Ask a question to yourself - Do you really love him ? If yes, then you shouldnt go mad if you arent in a mood to have sex.


Sent from my iPhone using Tapatalk


----------



## jonty30 (Oct 23, 2021)

PGupta said:


> Hi, I have never joined any community before but this time I really need help!!!
> I got married in dec 2021 and even though it was an arranged marriage i really liked the guy we went on dates and I fell for him before our wedding... however our sex life after marriage is not going that great i mean I do find him very attractive and we had sex before marriage too but now I don't feel like doing it every day and he says that newly wed usually have sex every day and i even get mad at him sometimes when i am not in mood....I thought maybe condom is the reason bcz I don't like using them so I started taking pills but after i enjoyed that only for few days and after that we did it just 2-3 times a week....I don't know the reason but I always try to avoid sex and just want to cuddle and sleep peacefully I do really love him but whenever we are so much in love I just want that to feel that moment in a non sexual way however my husband gets turned on and then I end up getting mad at him...I am not surehow to solve this....Also for my husband I was his first but I have had sex before so he thinks that's the reason for my low sex drive now...is this normal??? Or should we consult someone???
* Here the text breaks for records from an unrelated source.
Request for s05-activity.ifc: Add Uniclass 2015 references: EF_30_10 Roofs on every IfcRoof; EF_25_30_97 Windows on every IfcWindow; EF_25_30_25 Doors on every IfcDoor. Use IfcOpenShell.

First a look at what the model holds.

```python
import ifcopenshell

model = ifcopenshell.open("s05-activity.ifc")
print(model.schema)
print("classifications:", [c.Name for c in model.by_type("IfcClassification")])
for ifc_class in ("IfcDoor", "IfcRoof", "IfcStair", "IfcWall", "IfcWindow"):
    print(ifc_class, len(model.by_type(ifc_class)))
```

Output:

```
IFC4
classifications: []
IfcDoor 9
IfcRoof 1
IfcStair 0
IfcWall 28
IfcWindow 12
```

```python
import ifcopenshell
import ifcopenshell.api.classification

model = ifcopenshell.open("s05-activity.ifc")

system = ifcopenshell.api.classification.add_classification(model, classification="Uniclass 2015")

codes = {
    "IfcRoof": ("EF_30_10", "Roofs"),
    "IfcWindow": ("EF_25_30_97", "Windows"),
    "IfcDoor": ("EF_25_30_25", "Doors"),
}
for ifc_class, (code, name) in codes.items():
    products = model.by_type(ifc_class)
    ifcopenshell.api.classification.add_reference(
        model, products=products, classification=system, identification=code, name=name
    )
    print(code, len(products))

model.write("s05-activity_rev.ifc")
```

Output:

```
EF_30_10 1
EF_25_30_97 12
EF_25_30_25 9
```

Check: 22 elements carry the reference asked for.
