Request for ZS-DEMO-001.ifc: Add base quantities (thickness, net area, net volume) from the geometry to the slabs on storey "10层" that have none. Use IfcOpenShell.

First a look at what the model holds.

```python
import ifcopenshell
import ifcopenshell.util.element
import ifcopenshell.util.unit

model = ifcopenshell.open("ZS-DEMO-001.ifc")
print(model.schema)
for unit_type in ("LENGTHUNIT", "AREAUNIT", "VOLUMEUNIT"):
    print(unit_type, ifcopenshell.util.unit.calculate_unit_scale(model, unit_type))
storey = next(s for s in model.by_type("IfcBuildingStorey") if s.Name == "10层")
slabs = [e for e in ifcopenshell.util.element.get_decomposition(storey) if e.is_a("IfcSlab")]
for e in sorted(slabs, key=lambda e: e.id()):
    print(e.id(), e.is_a(), e.Name, list(ifcopenshell.util.element.get_psets(e, qtos_only=True)), sep=" | ")
```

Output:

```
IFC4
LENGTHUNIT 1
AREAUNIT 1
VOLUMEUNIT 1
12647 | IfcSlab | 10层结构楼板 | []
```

```python
import ifcopenshell
import ifcopenshell.api.pset
import ifcopenshell.geom
import ifcopenshell.util.element
import ifcopenshell.util.shape
import ifcopenshell.util.unit

model = ifcopenshell.open("ZS-DEMO-001.ifc")
unit_scale = ifcopenshell.util.unit.calculate_unit_scale(model)
area_scale = ifcopenshell.util.unit.calculate_unit_scale(model, "AREAUNIT")
volume_scale = ifcopenshell.util.unit.calculate_unit_scale(model, "VOLUMEUNIT")
settings = ifcopenshell.geom.settings()

storey = next(s for s in model.by_type("IfcBuildingStorey") if s.Name == "10层")
slabs = [e for e in ifcopenshell.util.element.get_decomposition(storey) if e.is_a("IfcSlab")]

for e in sorted(slabs, key=lambda e: e.id()):
    if ifcopenshell.util.element.get_psets(e, qtos_only=True, should_inherit=False):
        continue
    # Geometry comes back in metres, in the element's own axes.
    shape = ifcopenshell.geom.create_shape(settings, e)
    values = {
        "Width": ifcopenshell.util.shape.get_z(shape.geometry) / unit_scale,
        "NetArea": ifcopenshell.util.shape.get_footprint_area(shape.geometry) / area_scale,
        "NetVolume": ifcopenshell.util.shape.get_volume(shape.geometry) / volume_scale,
    }
    qto = ifcopenshell.api.pset.add_qto(model, product=e, name="Qto_SlabBaseQuantities")
    ifcopenshell.api.pset.edit_qto(model, qto=qto, properties=values)
    print(e.id(), {k: round(v, 3) for k, v in values.items()})

model.write("ZS-DEMO-001_updated.ifc")
```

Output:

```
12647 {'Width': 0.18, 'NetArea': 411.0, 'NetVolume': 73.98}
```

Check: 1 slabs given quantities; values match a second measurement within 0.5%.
It's good to get counselling early in the marriage, rather than let it build to a crisis. 
In principle, it is said that a couple needs about a month of counselling for every year of marriage, so it's in your best interest to get on it as soon as possible, when the most obvious reasons for your lack of desire doesn't take a backseat to future reasons and becomes hard to draw out.


----------



## PGupta (11 mo ago)

Helping Hand said:


> Ask a question to yourself - Do you really love him ? If yes, then you shouldnt go mad if you arent in a mood to have sex.
> 
> 
> Sent from my iPhone using Tapatalk


Not wanting to do it all the time is that normal for newly wed?


----------



## PGupta (11 mo ago)

jonty30 said:


> It's good to get counselling early in the marriage, rather than let it build to a crisis.
> In principle, it is said that a couple needs about a month of counselling for every year of marriage, so it's in your best interest to get on it as soon as possible, when the most obvious reasons for your lack of desire doesn't take a backseat to future reasons and becomes hard to draw out.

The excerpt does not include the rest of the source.